Time permitting, I will also discuss possible connections between mixing density estimation and the estimation of finite mixtures of nonparametric components. This will be a discussion of the current joint work with David Hunter and Didier Chauveaux.

Wednesday, November 4, 2009, 03:30 PM in REC 315
Professor Jayanta Ghosh, Department of Statistics, Purdue University
Wellner's Talk on the Future Directions of Statistics at the Last JSM

I will go over Wellner's slides providing some explanation of the topics, comments on what can we learn from predictions of future directions of research, and comments on and augmentation of his suggested topics. Wellner's presentation of citations of hot topics of the present and the recent past and of a conference on predictions in 1967 are especially interesting.

Wednesday, November 11, 2009, 03:30 PM in REC 315
Professor Sergey Kirshner, Department of Statistics, Purdue University
Crash Course in Graphical Models, Part III, Theory and Applications

The third part of the series will provide an overview of inference methods in both directed and undirected graphical models. Time permitting, I will present several applications of such techniques.

Wednesday, November 18, 2009, 03:30 PM in REC 315
Professor Lingsong Zhang, Department of Statistics, Purdue University
Sparse Linear Discriminant Analysis Method for Genetic Pathways

An increasing challenge in analysis of genomic data is how to interpret and gain biological insight of profiles of thousands of genes. There is an increasing interest in analysis of genomic data by incorporating prior biological knowledge using gene sets and genomic pathways, which consist of groups of biologically similar genes. Such approaches allow one to study the joint effects of a group of genes. Existing methods include over-representation analysis, gene set enrichment analysis, principal component analysis, global test, and kernel machine.

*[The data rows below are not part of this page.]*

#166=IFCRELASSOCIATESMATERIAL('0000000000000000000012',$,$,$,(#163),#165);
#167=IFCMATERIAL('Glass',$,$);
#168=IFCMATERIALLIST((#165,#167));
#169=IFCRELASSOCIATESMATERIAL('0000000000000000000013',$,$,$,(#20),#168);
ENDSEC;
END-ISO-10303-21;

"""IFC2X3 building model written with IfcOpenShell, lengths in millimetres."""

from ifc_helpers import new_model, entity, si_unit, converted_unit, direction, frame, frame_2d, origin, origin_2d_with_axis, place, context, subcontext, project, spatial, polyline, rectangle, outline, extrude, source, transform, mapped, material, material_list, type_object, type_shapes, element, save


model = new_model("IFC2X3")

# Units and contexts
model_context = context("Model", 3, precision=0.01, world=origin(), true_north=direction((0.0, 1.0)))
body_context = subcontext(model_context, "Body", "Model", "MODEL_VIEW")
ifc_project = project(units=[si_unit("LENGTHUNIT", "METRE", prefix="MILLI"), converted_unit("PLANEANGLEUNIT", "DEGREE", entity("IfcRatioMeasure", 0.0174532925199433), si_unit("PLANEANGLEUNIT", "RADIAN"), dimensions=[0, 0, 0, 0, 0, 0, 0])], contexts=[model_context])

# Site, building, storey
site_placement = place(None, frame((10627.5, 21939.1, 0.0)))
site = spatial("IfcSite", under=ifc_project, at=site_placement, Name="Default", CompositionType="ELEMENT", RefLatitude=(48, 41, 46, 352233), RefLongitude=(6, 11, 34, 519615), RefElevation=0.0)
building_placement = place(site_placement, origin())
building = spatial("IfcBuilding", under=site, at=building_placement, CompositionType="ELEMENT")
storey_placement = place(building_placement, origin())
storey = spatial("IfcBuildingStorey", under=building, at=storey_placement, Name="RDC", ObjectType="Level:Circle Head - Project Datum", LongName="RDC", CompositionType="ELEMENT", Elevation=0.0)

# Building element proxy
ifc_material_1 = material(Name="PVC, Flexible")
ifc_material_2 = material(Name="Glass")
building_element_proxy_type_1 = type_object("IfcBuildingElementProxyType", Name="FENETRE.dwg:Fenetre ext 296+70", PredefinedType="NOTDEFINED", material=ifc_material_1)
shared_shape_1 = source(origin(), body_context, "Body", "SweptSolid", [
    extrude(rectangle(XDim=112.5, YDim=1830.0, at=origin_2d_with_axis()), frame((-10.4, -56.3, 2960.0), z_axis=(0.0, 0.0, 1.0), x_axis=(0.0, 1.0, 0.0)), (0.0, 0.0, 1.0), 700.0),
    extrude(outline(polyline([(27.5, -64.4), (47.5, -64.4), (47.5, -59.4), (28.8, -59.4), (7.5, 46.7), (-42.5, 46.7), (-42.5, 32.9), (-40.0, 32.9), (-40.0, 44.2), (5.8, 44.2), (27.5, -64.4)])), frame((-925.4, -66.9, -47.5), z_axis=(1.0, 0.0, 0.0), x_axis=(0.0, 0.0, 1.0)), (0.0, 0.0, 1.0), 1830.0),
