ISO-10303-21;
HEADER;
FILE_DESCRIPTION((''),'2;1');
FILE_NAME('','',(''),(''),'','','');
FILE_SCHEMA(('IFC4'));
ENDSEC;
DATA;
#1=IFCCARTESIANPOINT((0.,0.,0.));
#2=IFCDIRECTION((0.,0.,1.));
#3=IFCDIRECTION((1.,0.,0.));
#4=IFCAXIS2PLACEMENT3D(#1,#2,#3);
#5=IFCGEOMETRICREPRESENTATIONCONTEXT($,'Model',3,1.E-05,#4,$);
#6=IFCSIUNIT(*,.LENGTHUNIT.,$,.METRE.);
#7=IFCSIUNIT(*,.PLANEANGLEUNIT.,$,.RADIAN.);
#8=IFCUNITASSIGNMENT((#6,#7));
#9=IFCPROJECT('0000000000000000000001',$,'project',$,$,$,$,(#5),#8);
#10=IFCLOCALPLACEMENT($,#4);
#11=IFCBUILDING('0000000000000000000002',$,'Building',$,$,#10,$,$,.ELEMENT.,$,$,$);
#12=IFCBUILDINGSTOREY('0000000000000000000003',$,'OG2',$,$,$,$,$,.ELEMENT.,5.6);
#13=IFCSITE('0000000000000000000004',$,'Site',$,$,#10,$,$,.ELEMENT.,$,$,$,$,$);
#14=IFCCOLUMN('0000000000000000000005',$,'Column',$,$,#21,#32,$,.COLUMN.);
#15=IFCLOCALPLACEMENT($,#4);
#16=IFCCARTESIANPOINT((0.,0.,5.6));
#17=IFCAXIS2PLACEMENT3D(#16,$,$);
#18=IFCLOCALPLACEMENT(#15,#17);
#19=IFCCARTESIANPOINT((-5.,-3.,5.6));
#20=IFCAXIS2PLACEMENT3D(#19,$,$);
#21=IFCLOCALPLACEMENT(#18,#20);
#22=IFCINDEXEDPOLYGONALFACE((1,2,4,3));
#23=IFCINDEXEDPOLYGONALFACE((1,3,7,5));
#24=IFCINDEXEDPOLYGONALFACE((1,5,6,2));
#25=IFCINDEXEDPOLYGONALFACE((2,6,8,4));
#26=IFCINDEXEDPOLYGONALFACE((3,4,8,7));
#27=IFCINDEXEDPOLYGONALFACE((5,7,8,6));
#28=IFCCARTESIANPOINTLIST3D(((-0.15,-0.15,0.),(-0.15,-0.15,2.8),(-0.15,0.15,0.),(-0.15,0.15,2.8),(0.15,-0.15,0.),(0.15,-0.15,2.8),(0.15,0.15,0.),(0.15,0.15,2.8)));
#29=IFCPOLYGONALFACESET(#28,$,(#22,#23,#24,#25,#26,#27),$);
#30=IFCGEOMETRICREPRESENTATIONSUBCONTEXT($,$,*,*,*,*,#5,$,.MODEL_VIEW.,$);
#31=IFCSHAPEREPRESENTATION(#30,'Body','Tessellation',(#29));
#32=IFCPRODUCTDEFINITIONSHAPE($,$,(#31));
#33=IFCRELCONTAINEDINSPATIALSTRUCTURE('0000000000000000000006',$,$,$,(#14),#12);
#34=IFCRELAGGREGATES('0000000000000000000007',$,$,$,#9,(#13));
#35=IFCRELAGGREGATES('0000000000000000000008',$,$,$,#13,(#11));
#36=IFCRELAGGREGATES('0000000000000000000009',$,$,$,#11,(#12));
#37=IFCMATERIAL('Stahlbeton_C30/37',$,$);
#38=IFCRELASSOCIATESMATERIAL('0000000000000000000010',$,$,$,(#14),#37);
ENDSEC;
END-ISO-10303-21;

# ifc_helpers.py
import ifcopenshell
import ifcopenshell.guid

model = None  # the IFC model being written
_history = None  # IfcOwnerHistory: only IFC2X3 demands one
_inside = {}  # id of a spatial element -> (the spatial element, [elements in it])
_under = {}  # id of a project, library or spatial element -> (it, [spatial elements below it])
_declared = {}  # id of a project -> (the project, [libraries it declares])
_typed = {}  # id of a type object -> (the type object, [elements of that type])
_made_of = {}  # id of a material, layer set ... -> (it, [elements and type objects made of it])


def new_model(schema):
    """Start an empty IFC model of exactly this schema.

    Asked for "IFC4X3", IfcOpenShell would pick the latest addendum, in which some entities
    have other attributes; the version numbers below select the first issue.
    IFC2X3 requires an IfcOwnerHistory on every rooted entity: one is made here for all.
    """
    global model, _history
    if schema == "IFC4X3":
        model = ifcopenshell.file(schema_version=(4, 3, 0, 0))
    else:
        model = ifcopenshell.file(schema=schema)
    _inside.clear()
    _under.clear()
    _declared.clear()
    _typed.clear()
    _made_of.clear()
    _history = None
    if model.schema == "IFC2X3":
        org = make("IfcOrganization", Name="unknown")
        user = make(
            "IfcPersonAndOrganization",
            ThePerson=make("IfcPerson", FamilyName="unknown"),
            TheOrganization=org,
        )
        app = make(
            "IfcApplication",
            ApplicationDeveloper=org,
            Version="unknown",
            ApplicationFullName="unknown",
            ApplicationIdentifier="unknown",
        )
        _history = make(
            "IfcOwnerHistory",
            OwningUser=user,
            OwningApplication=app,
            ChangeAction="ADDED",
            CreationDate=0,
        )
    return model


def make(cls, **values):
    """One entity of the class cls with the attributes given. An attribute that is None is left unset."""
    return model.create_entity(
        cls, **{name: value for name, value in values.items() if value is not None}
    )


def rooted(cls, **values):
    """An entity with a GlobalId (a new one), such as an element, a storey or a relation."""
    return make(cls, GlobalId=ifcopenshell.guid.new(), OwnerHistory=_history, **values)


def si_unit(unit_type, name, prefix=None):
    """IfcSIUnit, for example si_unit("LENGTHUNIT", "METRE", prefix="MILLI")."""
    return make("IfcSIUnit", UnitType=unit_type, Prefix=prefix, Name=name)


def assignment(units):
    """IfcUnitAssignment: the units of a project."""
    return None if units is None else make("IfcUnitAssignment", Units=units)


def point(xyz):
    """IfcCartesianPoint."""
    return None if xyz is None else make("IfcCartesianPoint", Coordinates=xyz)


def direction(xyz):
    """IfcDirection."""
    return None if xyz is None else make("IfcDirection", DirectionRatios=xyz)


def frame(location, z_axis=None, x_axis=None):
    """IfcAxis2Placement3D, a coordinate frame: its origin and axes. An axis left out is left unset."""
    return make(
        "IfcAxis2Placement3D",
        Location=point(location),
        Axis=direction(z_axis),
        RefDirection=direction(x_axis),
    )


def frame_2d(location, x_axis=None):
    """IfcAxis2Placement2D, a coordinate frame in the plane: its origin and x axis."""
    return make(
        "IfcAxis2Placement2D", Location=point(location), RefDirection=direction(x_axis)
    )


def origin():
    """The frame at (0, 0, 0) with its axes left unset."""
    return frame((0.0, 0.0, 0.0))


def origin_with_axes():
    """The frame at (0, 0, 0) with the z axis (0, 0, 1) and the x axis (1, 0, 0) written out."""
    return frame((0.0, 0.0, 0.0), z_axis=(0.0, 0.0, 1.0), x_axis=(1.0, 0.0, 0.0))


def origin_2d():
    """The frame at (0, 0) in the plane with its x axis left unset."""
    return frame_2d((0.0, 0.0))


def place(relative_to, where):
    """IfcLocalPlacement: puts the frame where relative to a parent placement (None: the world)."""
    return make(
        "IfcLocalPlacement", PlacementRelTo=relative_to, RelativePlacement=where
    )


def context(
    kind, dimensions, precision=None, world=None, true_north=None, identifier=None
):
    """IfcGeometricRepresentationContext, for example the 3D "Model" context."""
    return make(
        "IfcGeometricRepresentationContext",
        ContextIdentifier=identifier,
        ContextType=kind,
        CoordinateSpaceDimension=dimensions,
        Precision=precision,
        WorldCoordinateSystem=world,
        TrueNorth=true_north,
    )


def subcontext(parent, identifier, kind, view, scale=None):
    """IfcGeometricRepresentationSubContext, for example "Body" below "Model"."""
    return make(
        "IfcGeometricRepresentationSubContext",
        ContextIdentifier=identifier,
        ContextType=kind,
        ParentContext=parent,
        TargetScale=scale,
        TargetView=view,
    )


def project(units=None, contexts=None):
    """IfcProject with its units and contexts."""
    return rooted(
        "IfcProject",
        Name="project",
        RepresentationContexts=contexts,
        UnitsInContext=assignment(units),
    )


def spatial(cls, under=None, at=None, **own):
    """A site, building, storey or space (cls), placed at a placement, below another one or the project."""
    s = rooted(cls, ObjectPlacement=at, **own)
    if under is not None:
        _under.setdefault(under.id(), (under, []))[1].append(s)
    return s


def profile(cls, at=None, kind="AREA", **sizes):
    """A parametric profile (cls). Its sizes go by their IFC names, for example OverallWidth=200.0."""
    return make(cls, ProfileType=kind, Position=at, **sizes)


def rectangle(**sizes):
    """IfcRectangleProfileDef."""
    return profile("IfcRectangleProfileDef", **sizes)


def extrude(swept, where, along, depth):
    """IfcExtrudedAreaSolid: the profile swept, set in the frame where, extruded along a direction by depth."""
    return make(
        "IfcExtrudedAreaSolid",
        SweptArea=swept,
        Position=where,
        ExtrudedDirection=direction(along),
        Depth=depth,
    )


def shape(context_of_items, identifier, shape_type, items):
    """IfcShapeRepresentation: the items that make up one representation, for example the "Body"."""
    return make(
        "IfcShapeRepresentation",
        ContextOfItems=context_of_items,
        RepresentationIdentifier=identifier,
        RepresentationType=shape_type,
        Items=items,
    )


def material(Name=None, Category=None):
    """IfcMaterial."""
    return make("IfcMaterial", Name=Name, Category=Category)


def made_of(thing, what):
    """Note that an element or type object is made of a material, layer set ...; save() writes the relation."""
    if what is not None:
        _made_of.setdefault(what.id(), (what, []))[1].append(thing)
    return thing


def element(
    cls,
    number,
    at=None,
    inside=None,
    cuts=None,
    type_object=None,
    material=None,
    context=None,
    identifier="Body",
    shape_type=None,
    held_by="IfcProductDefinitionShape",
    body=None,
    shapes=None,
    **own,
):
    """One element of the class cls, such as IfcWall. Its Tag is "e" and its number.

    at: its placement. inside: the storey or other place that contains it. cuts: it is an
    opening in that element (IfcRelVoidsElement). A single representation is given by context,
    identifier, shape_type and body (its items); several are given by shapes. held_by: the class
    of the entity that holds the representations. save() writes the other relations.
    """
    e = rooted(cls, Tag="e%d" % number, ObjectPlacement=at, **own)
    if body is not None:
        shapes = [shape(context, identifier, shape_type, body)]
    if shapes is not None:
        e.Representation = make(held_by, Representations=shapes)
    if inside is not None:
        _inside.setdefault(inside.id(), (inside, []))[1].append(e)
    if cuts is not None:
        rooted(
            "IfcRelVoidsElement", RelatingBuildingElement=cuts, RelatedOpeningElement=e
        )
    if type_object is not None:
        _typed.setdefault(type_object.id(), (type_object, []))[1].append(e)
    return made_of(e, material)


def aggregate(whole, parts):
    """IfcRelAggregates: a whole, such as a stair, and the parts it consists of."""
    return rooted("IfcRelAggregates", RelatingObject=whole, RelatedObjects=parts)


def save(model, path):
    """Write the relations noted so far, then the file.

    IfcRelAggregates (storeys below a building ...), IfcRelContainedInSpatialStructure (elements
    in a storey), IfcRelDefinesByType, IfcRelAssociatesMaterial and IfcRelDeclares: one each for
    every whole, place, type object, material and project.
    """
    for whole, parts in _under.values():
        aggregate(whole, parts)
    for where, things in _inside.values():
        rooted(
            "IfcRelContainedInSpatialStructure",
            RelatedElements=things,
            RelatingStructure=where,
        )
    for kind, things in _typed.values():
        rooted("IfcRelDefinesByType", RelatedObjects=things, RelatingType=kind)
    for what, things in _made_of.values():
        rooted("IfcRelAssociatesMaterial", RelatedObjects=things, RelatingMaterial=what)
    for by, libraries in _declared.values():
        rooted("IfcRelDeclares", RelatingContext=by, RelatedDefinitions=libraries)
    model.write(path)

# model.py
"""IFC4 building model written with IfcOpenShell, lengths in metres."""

from ifc_helpers import new_model, si_unit, frame, origin, origin_with_axes, origin_2d, place, context, subcontext, project, spatial, rectangle, extrude, material, element, save


model = new_model("IFC4")

# Units and contexts
model_context = context("Model", 3, precision=1e-05, world=origin_with_axes())
sub_context = subcontext(model_context, None, None, "MODEL_VIEW")
ifc_project = project(units=[si_unit("LENGTHUNIT", "METRE"), si_unit("PLANEANGLEUNIT", "RADIAN")], contexts=[model_context])

# Site, building, storey
placement_1 = place(None, origin_with_axes())
site = spatial("IfcSite", under=ifc_project, at=placement_1, Name="Site", CompositionType="ELEMENT")
building = spatial("IfcBuilding", under=site, at=placement_1, Name="Building", CompositionType="ELEMENT")
storey = spatial("IfcBuildingStorey", under=building, Name="OG2", CompositionType="ELEMENT", Elevation=5.6)

# Column
ifc_material = material(Name="Stahlbeton_C30/37")
placement_2 = place(None, origin_with_axes())
placement_3 = place(placement_2, frame((0.0, 0.0, 5.6)))
column_placement = place(placement_3, frame((-5.0, -3.0, 5.6)))
element("IfcColumn", 1, at=column_placement, inside=storey, material=ifc_material, Name="Column", PredefinedType="COLUMN", context=sub_context, shape_type="SweptSolid", body=[
    extrude(rectangle(XDim=0.3, YDim=0.3, at=origin_2d()), origin(), (0.0, 0.0, 1.0), 2.8),
])

save(model, "model.ifc")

However, these pathway analysis methods do not provide a selection of important genes in the pathway and the analysis can be dominated by the noises of noninformative genes. We propose sparse linear discriminant analysis (SLDA) for genetic pathway data, which allow us to study the joint effects of genes within a pathway while selecting important genes that drive the differences. We provide an efficient path algorithm to obtain the solution. We illustrate these methods by application to a type II diabetes data set and a metal fuse exposure data set.

Related Paper:

Wu, M. C., Zhang, L., Wang, Z., Christiani D. C. and Lin, X. (2009), "Sparse linear discriminant analysis for simultaneous testing for the significance of a gene set/pathway and gene selection", Bioinformatics, 25(9), pp. 1145-1151.

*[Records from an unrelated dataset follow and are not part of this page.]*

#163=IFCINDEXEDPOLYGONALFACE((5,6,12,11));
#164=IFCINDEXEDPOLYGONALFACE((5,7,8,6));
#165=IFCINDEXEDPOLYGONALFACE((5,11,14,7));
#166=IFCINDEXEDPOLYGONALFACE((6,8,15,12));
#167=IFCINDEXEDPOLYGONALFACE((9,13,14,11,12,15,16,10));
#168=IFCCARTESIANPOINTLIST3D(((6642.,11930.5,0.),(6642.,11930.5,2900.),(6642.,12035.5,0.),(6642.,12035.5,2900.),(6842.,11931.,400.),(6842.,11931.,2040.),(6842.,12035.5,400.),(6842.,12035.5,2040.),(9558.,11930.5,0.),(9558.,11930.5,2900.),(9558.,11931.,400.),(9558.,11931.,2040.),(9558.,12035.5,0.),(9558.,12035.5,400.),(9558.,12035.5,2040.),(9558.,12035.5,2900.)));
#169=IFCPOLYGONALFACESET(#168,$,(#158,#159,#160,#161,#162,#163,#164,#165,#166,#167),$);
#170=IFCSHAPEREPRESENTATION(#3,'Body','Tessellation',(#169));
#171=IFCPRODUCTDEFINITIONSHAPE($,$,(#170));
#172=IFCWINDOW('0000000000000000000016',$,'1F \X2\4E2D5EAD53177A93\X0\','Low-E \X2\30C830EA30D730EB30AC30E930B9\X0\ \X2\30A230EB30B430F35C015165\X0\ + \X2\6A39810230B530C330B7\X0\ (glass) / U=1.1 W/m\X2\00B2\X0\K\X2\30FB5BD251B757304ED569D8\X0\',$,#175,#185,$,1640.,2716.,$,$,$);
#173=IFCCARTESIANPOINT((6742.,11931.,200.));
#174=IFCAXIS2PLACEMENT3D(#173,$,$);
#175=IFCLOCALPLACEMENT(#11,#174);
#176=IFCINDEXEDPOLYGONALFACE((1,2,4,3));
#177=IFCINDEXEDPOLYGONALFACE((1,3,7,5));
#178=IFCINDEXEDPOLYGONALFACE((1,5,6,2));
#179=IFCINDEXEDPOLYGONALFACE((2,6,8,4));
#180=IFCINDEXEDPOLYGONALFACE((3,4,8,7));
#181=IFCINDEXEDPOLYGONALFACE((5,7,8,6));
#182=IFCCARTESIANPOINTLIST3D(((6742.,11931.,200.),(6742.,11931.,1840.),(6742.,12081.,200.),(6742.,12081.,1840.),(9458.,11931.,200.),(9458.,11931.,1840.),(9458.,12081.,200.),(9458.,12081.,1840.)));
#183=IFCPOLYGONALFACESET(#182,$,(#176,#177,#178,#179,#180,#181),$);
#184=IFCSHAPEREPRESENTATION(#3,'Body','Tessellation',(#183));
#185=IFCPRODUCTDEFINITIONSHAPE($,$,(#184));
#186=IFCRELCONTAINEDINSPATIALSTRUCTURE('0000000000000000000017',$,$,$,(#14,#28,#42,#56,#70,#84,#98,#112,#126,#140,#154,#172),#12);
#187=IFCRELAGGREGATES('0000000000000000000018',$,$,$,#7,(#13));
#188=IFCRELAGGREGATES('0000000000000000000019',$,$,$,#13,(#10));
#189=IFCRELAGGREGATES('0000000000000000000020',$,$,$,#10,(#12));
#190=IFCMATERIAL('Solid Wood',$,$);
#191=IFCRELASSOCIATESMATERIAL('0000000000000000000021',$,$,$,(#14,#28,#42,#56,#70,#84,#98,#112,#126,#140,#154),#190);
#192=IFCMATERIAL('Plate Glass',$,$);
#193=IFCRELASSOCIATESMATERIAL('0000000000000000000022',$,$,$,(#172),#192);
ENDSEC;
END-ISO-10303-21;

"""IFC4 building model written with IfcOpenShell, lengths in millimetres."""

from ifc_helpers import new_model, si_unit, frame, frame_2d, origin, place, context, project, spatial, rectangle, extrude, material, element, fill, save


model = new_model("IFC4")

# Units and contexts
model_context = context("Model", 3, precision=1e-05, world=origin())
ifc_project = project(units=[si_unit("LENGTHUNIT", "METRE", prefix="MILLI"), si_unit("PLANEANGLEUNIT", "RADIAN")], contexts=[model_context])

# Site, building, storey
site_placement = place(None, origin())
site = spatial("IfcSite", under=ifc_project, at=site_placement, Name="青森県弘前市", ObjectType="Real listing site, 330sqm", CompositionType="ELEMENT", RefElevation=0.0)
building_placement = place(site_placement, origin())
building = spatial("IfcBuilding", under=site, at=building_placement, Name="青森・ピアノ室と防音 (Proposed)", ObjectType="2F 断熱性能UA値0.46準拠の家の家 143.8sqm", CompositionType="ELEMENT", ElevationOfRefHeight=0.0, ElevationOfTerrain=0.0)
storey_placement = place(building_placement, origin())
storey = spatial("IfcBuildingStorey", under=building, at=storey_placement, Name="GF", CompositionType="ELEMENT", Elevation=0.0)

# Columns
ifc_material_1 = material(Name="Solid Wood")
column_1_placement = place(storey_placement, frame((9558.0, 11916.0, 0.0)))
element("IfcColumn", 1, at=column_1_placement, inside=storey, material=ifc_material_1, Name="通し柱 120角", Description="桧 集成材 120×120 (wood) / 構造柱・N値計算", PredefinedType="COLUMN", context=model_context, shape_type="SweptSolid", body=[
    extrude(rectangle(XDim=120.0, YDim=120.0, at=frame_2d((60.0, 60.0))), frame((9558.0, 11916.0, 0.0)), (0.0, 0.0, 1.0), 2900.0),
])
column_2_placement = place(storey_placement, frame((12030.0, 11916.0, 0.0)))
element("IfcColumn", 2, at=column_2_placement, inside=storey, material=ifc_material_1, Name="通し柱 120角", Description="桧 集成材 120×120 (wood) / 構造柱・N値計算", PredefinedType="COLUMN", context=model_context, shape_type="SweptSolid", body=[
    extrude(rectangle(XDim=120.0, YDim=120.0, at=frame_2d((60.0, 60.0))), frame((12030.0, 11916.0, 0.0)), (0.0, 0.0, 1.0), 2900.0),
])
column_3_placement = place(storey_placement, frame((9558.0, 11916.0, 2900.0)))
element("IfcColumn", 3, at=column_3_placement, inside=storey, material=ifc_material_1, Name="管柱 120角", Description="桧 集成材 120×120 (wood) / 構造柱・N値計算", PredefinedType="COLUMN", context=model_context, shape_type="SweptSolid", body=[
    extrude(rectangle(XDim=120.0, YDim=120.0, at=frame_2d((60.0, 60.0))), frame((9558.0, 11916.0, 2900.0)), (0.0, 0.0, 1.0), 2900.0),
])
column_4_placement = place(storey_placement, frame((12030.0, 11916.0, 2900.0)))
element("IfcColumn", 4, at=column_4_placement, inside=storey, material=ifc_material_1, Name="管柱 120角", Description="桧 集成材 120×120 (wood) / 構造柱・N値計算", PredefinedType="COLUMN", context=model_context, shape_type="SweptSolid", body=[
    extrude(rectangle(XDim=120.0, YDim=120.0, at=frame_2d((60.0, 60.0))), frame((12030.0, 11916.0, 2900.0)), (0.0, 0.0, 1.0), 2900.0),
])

Wednesday, November 25, 2009,
No Mathematical Statistics Seminar

Wednesday, December 2, 2009, 03:30 PM in REC 315
Professor Guang Cheng, Department of Statistics, Purdue University
Bootstrap Consistency for General Semiparametric M-estimation

Consider M-estimation in a semiparametric model that is characterized by a Euclidean parameter of interest and a nuisance function parameter. The bootstrap is a widely used resampling method applied to draw inferences in the context of semiparametric M-estimation. We show that, under general conditions, the bootstrap is asymptotically consistent in estimating the distribution of the M-estimate of Euclidean parameter; this is, the bootstrap distribution asymptotically imitates the distribution of the M-estimate. We also show that the bootstrap confidence set has the asymptotically correct coverage probability. These general conclusions hold, in particular, when the nuisance parameter is not estimable at root-n rate. Our results provide a theoretical justification for the use of bootstrap as an inference tool in semiparametric modelling and apply to a broad class of bootstrap methods with exchangeable bootstrap weights. In this paper, we will also apply this general theory to several popular semiparametric models, e.g. Cox regression model with survival data.